* _Problem statement_
Consider the listing below. Extract exactly the lines from the line containing "#70=IFCINDEXEDPOLYGONALFACE((1,5,6,2));" to the line containing "#99=IFCLOCALPLACEMENT(#13,#17);", both included.

* _Entries provided_
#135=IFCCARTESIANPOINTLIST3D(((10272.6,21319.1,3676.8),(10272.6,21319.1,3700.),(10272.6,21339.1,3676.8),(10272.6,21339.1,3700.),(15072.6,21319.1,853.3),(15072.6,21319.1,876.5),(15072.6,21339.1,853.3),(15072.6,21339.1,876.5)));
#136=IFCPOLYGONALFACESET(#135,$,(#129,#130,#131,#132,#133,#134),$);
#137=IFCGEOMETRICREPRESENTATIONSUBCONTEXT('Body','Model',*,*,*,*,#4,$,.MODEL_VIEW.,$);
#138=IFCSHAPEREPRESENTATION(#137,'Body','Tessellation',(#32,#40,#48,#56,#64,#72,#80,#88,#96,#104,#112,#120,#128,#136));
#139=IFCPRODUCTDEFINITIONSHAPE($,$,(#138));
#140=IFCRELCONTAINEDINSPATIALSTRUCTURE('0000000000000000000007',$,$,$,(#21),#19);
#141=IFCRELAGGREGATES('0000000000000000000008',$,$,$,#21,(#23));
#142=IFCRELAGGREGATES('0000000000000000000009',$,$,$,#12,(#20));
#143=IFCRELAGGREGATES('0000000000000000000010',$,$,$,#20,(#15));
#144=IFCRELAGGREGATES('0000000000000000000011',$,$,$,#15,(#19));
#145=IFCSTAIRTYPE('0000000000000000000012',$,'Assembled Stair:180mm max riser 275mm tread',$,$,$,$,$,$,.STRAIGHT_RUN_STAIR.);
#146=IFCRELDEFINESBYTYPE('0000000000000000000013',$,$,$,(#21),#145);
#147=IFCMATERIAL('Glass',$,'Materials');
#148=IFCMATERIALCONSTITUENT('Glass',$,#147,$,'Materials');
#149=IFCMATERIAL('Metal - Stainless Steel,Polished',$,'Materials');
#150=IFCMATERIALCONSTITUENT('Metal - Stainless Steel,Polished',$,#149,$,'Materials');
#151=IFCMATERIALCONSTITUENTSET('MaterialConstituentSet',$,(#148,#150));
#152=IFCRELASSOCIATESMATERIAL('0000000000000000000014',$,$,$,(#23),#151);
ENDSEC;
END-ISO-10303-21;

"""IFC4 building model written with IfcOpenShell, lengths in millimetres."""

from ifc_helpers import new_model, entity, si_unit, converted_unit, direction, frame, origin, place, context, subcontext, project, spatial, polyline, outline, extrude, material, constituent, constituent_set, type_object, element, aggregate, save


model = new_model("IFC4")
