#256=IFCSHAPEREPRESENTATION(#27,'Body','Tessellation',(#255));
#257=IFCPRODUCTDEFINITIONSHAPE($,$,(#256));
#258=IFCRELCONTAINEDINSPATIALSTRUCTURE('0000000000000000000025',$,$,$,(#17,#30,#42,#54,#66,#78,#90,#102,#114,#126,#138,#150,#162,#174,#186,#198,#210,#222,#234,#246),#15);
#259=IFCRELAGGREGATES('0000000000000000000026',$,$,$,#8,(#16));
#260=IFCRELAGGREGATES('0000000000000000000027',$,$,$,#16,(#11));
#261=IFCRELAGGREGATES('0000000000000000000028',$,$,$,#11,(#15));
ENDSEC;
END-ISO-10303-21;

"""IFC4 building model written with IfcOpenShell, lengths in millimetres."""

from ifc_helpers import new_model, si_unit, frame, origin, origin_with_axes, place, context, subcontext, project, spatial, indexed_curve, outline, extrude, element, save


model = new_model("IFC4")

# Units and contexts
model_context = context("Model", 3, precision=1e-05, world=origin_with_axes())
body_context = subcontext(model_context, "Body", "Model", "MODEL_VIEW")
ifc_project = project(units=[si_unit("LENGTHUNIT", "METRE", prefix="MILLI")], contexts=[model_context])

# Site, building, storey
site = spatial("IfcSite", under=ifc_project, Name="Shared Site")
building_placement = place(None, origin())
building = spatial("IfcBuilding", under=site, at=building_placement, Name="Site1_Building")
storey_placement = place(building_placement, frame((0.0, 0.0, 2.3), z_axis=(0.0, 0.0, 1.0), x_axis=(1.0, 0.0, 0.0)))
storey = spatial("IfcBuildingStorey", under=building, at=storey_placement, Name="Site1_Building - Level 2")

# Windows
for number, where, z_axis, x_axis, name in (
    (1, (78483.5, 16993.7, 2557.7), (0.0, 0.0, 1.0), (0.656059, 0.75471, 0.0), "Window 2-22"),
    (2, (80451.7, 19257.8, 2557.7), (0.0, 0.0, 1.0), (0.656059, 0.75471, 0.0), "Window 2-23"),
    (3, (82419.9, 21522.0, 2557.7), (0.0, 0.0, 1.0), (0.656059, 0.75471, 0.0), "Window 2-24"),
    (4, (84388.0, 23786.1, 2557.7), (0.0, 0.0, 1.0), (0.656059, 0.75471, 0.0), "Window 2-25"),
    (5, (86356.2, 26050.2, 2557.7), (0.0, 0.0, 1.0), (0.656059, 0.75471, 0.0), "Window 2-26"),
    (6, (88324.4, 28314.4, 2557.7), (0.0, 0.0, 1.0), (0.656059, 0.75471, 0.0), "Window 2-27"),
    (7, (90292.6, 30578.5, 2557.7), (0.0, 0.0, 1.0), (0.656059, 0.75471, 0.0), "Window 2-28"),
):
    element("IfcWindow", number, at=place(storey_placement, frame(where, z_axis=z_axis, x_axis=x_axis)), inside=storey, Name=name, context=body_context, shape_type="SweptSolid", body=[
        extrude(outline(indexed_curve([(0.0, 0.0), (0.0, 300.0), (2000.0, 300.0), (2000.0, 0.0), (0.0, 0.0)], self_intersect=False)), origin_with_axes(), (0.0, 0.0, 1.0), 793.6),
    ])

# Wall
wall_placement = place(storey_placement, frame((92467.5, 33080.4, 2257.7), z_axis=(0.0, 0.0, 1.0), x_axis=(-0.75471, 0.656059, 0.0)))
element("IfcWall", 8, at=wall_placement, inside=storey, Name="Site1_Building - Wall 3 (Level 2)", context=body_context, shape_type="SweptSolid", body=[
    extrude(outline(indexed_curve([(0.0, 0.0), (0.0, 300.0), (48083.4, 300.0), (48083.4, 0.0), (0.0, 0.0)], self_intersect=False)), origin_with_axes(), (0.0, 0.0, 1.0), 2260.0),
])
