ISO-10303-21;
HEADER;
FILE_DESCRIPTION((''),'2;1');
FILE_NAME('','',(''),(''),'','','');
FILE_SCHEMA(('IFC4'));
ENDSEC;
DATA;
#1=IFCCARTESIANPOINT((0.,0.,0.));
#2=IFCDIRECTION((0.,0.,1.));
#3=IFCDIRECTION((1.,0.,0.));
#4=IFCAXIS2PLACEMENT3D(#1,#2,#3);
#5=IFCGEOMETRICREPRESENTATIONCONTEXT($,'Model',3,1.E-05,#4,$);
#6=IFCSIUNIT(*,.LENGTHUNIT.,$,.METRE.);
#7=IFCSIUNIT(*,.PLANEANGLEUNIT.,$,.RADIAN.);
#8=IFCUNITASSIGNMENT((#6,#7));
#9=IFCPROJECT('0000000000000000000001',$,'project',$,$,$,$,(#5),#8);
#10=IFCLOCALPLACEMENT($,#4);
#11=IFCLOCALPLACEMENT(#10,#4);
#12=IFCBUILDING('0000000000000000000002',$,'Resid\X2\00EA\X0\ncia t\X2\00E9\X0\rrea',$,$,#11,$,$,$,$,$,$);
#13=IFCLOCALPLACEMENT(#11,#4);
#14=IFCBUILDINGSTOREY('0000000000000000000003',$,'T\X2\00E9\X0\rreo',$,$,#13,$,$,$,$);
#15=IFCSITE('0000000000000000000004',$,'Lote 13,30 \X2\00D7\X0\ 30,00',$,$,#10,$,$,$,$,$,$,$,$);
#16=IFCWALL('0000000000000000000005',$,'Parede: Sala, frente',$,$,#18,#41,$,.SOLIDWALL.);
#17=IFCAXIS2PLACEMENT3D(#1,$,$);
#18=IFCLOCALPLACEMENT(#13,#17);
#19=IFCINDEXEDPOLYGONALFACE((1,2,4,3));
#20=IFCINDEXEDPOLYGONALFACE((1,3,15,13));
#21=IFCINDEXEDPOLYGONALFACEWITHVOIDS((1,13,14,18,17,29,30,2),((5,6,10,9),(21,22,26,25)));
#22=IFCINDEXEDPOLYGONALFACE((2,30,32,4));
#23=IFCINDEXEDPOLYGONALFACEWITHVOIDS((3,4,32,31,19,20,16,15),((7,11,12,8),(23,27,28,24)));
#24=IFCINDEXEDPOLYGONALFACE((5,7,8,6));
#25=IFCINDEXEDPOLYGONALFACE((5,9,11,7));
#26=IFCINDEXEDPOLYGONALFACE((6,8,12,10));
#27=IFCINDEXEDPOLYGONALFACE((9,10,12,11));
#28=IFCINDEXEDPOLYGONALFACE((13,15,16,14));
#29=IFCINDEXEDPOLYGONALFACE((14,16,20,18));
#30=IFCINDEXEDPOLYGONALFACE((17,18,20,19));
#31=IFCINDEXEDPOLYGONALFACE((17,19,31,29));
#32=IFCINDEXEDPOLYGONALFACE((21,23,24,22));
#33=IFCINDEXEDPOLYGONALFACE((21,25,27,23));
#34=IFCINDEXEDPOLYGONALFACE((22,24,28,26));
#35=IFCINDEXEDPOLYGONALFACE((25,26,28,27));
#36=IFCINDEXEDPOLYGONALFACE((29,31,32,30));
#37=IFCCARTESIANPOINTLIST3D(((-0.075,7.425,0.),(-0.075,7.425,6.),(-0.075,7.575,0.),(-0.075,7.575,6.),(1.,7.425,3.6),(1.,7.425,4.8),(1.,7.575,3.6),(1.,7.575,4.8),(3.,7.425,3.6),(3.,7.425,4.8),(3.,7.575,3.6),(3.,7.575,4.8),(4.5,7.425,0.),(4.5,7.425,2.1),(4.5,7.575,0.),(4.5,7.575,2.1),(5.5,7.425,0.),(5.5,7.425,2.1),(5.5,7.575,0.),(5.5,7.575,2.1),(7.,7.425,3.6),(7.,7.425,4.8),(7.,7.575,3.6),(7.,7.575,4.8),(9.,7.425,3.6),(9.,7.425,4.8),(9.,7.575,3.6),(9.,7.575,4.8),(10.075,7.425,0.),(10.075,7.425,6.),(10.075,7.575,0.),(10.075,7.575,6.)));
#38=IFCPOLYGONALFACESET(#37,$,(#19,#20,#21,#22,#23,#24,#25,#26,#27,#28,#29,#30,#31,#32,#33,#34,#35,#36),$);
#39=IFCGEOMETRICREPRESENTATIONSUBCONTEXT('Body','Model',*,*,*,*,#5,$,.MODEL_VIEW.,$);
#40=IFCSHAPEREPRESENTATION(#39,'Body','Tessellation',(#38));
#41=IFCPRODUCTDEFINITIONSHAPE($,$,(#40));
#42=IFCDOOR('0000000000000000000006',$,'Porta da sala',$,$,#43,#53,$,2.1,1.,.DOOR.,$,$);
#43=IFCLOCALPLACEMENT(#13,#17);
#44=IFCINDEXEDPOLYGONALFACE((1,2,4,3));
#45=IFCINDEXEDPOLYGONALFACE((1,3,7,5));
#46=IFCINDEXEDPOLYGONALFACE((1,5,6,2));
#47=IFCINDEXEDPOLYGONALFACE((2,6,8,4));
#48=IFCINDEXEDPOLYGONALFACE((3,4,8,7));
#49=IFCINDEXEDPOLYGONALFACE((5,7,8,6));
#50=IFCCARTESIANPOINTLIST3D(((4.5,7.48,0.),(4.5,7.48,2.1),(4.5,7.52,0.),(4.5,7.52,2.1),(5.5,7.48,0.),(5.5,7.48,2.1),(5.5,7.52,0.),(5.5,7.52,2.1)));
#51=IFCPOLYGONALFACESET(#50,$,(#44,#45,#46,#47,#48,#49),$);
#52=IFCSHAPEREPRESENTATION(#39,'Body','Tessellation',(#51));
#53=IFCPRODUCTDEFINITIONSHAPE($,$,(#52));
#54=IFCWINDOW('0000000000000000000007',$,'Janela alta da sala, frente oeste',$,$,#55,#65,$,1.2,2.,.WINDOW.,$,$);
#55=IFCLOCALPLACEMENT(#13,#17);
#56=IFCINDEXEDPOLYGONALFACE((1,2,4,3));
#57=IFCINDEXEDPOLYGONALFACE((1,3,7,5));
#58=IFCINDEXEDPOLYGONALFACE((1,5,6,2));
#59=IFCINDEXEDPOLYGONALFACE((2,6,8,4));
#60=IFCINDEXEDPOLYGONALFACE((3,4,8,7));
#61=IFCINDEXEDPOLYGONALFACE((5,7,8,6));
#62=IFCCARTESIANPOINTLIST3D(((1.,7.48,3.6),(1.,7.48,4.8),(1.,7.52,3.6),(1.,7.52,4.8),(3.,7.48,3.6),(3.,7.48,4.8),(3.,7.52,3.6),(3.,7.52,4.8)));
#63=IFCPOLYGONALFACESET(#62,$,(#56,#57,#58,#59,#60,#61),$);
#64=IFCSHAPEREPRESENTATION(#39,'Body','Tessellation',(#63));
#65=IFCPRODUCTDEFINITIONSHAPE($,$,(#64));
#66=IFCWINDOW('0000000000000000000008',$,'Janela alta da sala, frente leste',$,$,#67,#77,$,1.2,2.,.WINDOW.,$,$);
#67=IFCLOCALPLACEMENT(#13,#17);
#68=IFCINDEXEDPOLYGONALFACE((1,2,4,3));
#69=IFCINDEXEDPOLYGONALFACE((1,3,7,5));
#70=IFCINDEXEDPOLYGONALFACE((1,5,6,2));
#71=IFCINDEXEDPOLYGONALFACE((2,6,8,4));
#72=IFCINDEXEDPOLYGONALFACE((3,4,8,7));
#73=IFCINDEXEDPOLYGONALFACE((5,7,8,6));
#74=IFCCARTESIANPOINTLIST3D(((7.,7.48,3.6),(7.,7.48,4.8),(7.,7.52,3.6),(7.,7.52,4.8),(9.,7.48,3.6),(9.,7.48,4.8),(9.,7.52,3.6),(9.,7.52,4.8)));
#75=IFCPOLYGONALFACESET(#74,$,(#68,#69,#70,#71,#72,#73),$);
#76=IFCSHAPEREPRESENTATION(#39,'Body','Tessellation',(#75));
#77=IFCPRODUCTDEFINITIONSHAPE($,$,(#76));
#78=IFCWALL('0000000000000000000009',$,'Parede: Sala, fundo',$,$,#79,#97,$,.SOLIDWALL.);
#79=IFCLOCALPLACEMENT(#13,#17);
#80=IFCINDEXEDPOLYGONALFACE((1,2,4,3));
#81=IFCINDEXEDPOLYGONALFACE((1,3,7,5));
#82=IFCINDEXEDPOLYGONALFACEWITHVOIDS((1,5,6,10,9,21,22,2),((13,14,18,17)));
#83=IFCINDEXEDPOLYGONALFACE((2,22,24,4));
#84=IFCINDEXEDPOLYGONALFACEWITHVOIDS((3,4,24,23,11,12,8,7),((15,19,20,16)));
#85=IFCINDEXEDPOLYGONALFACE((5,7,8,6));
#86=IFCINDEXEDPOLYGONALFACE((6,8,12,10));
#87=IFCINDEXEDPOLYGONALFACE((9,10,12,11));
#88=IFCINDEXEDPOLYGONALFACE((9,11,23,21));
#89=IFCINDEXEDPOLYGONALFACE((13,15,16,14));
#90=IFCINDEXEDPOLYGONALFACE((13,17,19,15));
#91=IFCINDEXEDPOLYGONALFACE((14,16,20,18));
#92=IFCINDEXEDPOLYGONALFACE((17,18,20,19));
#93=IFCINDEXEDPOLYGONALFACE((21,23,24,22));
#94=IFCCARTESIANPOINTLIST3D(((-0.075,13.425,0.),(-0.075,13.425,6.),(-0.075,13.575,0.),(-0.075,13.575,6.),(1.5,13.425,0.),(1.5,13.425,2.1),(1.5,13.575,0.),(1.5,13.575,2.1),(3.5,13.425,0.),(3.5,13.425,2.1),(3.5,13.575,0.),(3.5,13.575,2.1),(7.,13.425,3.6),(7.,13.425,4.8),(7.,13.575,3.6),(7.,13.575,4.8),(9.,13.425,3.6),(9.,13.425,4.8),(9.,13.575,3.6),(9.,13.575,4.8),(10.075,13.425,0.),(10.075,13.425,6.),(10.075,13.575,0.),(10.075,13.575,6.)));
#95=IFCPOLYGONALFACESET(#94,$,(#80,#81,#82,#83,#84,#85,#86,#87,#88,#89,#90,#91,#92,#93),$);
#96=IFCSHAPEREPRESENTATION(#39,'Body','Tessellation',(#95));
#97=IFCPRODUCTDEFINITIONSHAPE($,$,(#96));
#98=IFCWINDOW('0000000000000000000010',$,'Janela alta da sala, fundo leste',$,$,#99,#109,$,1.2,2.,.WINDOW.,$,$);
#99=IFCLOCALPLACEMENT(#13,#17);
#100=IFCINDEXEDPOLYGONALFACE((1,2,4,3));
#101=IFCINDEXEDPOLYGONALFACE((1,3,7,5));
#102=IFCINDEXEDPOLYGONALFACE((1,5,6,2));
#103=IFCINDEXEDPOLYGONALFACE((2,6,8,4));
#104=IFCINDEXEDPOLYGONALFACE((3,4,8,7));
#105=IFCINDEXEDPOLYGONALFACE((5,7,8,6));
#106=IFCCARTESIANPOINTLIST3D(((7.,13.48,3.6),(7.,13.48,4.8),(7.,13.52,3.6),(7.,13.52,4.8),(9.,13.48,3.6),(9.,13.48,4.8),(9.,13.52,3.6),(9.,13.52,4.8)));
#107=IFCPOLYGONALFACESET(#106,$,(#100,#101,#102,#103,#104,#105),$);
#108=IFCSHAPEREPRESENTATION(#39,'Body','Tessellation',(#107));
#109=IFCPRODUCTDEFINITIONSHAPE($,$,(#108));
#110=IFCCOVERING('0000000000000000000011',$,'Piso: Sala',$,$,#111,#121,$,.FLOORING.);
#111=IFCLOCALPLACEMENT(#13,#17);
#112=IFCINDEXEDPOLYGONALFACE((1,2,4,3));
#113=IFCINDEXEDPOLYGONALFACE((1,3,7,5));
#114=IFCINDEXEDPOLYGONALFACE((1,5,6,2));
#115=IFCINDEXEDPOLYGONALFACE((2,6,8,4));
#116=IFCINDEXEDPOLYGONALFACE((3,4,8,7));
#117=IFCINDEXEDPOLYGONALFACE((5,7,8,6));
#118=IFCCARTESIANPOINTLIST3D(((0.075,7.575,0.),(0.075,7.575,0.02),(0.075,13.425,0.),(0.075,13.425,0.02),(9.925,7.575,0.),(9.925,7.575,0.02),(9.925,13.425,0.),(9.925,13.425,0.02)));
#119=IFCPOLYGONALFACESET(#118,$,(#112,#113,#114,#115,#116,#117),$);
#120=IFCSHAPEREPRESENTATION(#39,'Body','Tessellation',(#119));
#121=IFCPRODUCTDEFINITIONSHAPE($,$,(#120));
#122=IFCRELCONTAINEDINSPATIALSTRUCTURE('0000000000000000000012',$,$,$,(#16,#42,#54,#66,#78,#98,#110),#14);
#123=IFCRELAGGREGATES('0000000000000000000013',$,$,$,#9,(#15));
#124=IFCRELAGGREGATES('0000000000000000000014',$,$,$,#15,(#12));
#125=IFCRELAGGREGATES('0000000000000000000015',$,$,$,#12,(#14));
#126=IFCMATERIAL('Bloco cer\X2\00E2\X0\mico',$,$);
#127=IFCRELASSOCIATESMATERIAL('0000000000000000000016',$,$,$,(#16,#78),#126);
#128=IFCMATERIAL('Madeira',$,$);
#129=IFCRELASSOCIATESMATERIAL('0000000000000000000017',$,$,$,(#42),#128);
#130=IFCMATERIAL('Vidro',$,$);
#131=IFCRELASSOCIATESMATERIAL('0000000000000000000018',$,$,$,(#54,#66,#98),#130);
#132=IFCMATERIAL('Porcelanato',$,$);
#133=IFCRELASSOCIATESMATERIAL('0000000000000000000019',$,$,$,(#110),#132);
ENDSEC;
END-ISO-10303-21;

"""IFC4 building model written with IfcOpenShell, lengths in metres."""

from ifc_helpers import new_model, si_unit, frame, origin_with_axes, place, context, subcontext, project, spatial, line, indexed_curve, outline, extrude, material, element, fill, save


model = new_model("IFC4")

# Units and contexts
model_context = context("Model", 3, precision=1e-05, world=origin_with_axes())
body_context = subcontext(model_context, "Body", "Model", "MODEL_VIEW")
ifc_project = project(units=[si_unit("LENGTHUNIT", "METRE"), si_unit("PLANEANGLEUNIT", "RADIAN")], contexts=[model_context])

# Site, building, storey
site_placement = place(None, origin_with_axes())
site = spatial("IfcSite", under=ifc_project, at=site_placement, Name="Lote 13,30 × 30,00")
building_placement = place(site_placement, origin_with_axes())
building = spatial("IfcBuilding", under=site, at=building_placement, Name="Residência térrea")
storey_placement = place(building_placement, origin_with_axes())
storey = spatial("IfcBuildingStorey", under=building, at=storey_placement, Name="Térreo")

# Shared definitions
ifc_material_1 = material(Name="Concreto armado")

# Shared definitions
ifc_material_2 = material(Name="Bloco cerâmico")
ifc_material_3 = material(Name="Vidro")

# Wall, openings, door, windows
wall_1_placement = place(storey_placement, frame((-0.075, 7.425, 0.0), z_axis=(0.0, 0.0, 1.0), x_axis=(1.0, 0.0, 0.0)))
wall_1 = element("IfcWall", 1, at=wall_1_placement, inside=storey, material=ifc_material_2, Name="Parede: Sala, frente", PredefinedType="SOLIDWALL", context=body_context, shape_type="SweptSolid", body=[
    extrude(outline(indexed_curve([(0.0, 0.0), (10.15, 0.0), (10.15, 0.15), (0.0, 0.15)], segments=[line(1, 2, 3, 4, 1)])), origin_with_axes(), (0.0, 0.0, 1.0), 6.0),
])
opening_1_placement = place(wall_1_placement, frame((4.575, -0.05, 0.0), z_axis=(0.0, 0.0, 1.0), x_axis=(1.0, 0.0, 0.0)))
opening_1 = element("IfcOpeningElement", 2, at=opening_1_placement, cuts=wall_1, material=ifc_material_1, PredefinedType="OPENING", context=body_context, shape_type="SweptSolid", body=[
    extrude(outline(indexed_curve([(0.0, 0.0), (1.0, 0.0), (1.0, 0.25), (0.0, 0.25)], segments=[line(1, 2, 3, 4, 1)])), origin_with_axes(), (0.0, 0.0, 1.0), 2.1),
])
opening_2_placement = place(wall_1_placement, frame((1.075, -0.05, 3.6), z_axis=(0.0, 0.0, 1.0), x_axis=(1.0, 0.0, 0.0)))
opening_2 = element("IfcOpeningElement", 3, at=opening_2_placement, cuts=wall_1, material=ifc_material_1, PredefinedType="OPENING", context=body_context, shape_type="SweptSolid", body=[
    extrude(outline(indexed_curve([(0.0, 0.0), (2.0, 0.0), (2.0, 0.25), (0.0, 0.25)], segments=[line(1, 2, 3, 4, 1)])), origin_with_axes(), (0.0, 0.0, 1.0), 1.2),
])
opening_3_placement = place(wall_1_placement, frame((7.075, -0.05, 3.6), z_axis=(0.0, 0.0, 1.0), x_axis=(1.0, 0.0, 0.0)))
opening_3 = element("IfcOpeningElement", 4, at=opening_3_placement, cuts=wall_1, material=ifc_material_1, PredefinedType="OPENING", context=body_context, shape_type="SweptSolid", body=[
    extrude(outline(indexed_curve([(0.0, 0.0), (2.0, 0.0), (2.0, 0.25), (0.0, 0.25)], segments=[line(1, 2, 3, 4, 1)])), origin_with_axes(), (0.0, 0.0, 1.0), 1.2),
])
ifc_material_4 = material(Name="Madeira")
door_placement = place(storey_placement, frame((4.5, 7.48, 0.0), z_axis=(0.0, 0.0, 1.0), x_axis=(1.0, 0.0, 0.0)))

==

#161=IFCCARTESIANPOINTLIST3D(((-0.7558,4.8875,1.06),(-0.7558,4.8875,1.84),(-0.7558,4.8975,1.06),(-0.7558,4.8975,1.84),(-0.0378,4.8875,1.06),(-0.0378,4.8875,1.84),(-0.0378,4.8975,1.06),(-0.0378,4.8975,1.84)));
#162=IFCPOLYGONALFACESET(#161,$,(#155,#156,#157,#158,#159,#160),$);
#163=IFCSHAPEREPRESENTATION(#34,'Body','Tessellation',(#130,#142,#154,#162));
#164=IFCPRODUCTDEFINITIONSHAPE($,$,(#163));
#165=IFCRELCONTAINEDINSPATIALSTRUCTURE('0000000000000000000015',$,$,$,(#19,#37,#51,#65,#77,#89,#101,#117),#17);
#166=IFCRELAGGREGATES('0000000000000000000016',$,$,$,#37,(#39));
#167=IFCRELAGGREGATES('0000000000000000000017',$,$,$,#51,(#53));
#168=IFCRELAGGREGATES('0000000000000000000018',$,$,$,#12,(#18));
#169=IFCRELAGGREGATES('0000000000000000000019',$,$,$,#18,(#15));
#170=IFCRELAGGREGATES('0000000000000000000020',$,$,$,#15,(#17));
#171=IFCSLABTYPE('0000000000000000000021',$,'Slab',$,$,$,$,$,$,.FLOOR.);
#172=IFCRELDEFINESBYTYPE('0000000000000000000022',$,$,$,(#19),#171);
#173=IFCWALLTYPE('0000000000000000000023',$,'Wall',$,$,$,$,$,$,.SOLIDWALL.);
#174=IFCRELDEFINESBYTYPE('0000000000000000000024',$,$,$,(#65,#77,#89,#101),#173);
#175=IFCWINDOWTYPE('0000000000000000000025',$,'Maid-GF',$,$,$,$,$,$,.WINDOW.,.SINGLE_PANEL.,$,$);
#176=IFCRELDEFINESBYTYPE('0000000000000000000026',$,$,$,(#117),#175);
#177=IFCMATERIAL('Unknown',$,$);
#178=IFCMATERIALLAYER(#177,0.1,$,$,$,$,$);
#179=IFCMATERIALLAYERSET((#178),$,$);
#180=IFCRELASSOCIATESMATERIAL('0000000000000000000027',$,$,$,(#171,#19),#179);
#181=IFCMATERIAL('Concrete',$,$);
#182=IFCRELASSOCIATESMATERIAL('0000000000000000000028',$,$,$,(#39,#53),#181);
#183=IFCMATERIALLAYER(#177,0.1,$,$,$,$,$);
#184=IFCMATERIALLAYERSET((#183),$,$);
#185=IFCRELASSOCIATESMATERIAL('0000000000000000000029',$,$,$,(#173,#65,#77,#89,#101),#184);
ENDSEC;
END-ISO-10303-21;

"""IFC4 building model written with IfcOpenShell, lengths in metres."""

* _Task answer_
#70=IFCINDEXEDPOLYGONALFACE((1,5,6,2));
#71=IFCINDEXEDPOLYGONALFACE((2,6,8,4));
#72=IFCINDEXEDPOLYGONALFACE((3,4,8,7));
#73=IFCINDEXEDPOLYGONALFACE((5,7,8,6));
#74=IFCCARTESIANPOINTLIST3D(((7.,7.48,3.6),(7.,7.48,4.8),(7.,7.52,3.6),(7.,7.52,4.8),(9.,7.48,3.6),(9.,7.48,4.8),(9.,7.52,3.6),(9.,7.52,4.8)));
#75=IFCPOLYGONALFACESET(#74,$,(#68,#69,#70,#71,#72,#73),$);
#76=IFCSHAPEREPRESENTATION(#39,'Body','Tessellation',(#75));
#77=IFCPRODUCTDEFINITIONSHAPE($,$,(#76));
#78=IFCWALL('0000000000000000000009',$,'Parede: Sala, fundo',$,$,#79,#97,$,.SOLIDWALL.);
#79=IFCLOCALPLACEMENT(#13,#17);
#80=IFCINDEXEDPOLYGONALFACE((1,2,4,3));
#81=IFCINDEXEDPOLYGONALFACE((1,3,7,5));
#82=IFCINDEXEDPOLYGONALFACEWITHVOIDS((1,5,6,10,9,21,22,2),((13,14,18,17)));
#83=IFCINDEXEDPOLYGONALFACE((2,22,24,4));
#84=IFCINDEXEDPOLYGONALFACEWITHVOIDS((3,4,24,23,11,12,8,7),((15,19,20,16)));
#85=IFCINDEXEDPOLYGONALFACE((5,7,8,6));
#86=IFCINDEXEDPOLYGONALFACE((6,8,12,10));
#87=IFCINDEXEDPOLYGONALFACE((9,10,12,11));
#88=IFCINDEXEDPOLYGONALFACE((9,11,23,21));
#89=IFCINDEXEDPOLYGONALFACE((13,15,16,14));
#90=IFCINDEXEDPOLYGONALFACE((13,17,19,15));
#91=IFCINDEXEDPOLYGONALFACE((14,16,20,18));
#92=IFCINDEXEDPOLYGONALFACE((17,18,20,19));
#93=IFCINDEXEDPOLYGONALFACE((21,23,24,22));
#94=IFCCARTESIANPOINTLIST3D(((-0.075,13.425,0.),(-0.075,13.425,6.),(-0.075,13.575,0.),(-0.075,13.575,6.),(1.5,13.425,0.),(1.5,13.425,2.1),(1.5,13.575,0.),(1.5,13.575,2.1),(3.5,13.425,0.),(3.5,13.425,2.1),(3.5,13.575,0.),(3.5,13.575,2.1),(7.,13.425,3.6),(7.,13.425,4.8),(7.,13.575,3.6),(7.,13.575,4.8),(9.,13.425,3.6),(9.,13.425,4.8),(9.,13.575,3.6),(9.,13.575,4.8),(10.075,13.425,0.),(10.075,13.425,6.),(10.075,13.575,0.),(10.075,13.575,6.)));
#95=IFCPOLYGONALFACESET(#94,$,(#80,#81,#82,#83,#84,#85,#86,#87,#88,#89,#90,#91,#92,#93),$);
#96=IFCSHAPEREPRESENTATION(#39,'Body','Tessellation',(#95));
#97=IFCPRODUCTDEFINITIONSHAPE($,$,(#96));
#98=IFCWINDOW('0000000000000000000010',$,'Janela alta da sala, fundo leste',$,$,#99,#109,$,1.2,2.,.WINDOW.,$,$);
#99=IFCLOCALPLACEMENT(#13,#17);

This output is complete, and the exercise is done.